What this task involves:
After reading the data, copy it out in full and exactly.

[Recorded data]
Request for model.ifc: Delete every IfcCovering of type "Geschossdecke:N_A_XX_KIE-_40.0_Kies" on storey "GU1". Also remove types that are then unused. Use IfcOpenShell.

First a look at what the model holds.

```python
import ifcopenshell
import ifcopenshell.util.element

model = ifcopenshell.open("model.ifc")
print(model.schema)
storey = next(s for s in model.by_type("IfcBuildingStorey") if s.Name == "GU1")
coverings = [e for e in ifcopenshell.util.element.get_decomposition(storey) if e.is_a("IfcCovering")]
seen = {}
for e in coverings:
    element_type = ifcopenshell.util.element.get_type(e)
    name = element_type.Name if element_type not in (None, e) else None
    seen[name] = seen.get(name, 0) + 1
for name, count in sorted(seen.items(), key=str):
    print(count, "x", name)
```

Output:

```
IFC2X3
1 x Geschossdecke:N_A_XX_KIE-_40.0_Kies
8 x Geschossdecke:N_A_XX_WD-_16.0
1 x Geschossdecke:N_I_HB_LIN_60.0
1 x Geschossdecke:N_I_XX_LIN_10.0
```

```python
import ifcopenshell
import ifcopenshell.api.root
import ifcopenshell.util.element

model = ifcopenshell.open("model.ifc")

storey = next(s for s in model.by_type("IfcBuildingStorey") if s.Name == "GU1")
coverings = [e for e in ifcopenshell.util.element.get_decomposition(storey) if e.is_a("IfcCovering")]
targets = [e for e in coverings if (t := ifcopenshell.util.element.get_type(e)) not in (None, e) and t.Name == "Geschossdecke:N_A_XX_KIE-_40.0_Kies"]
types = {ifcopenshell.util.element.get_type(e) for e in targets} - {None, *targets}

for e in targets:
    ifcopenshell.api.root.remove_product(model, product=e)
print(len(targets), "removed")

unused = [t for t in types if not ifcopenshell.util.element.get_types(t)]
for t in unused:
    ifcopenshell.api.root.remove_product(model, product=t)
print(len(unused), "unused types removed")

model.write("model_rev.ifc")
```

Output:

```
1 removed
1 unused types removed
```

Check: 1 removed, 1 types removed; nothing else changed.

Answer space:
Request for model.ifc: Delete every IfcCovering of type "Geschossdecke:N_A_XX_KIE-_40.0_Kies" on storey "GU1". Also remove types that are then unused. Use IfcOpenShell.

First a look at what the model holds.

```python
import ifcopenshell
import ifcopenshell.util.element

model = ifcopenshell.open("model.ifc")
print(model.schema)
storey = next(s for s in model.by_type("IfcBuildingStorey") if s.Name == "GU1")
coverings = [e for e in ifcopenshell.util.element.get_decomposition(storey) if e.is_a("IfcCovering")]
seen = {}
for e in coverings:
    element_type = ifcopenshell.util.element.get_type(e)
    name = element_type.Name if element_type not in (None, e) else None
    seen[name] = seen.get(name, 0) + 1
for name, count in sorted(seen.items(), key=str):
    print(count, "x", name)
```

Output:

```
IFC2X3
1 x Geschossdecke:N_A_XX_KIE-_40.0_Kies
8 x Geschossdecke:N_A_XX_WD-_16.0
1 x Geschossdecke:N_I_HB_LIN_60.0
1 x Geschossdecke:N_I_XX_LIN_10.0
```

```python
import ifcopenshell
import ifcopenshell.api.root
import ifcopenshell.util.element

model = ifcopenshell.open("model.ifc")

storey = next(s for s in model.by_type("IfcBuildingStorey") if s.Name == "GU1")
coverings = [e for e in ifcopenshell.util.element.get_decomposition(storey) if e.is_a("IfcCovering")]
targets = [e for e in coverings if (t := ifcopenshell.util.element.get_type(e)) not in (None, e) and t.Name == "Geschossdecke:N_A_XX_KIE-_40.0_Kies"]
types = {ifcopenshell.util.element.get_type(e) for e in targets} - {None, *targets}

for e in targets:
    ifcopenshell.api.root.remove_product(model, product=e)
print(len(targets), "removed")

unused = [t for t in types if not ifcopenshell.util.element.get_types(t)]
for t in unused:
    ifcopenshell.api.root.remove_product(model, product=t)
print(len(unused), "unused types removed")

model.write("model_rev.ifc")
```

Output:

```
1 removed
1 unused types removed
```

Check: 1 removed, 1 types removed; nothing else changed.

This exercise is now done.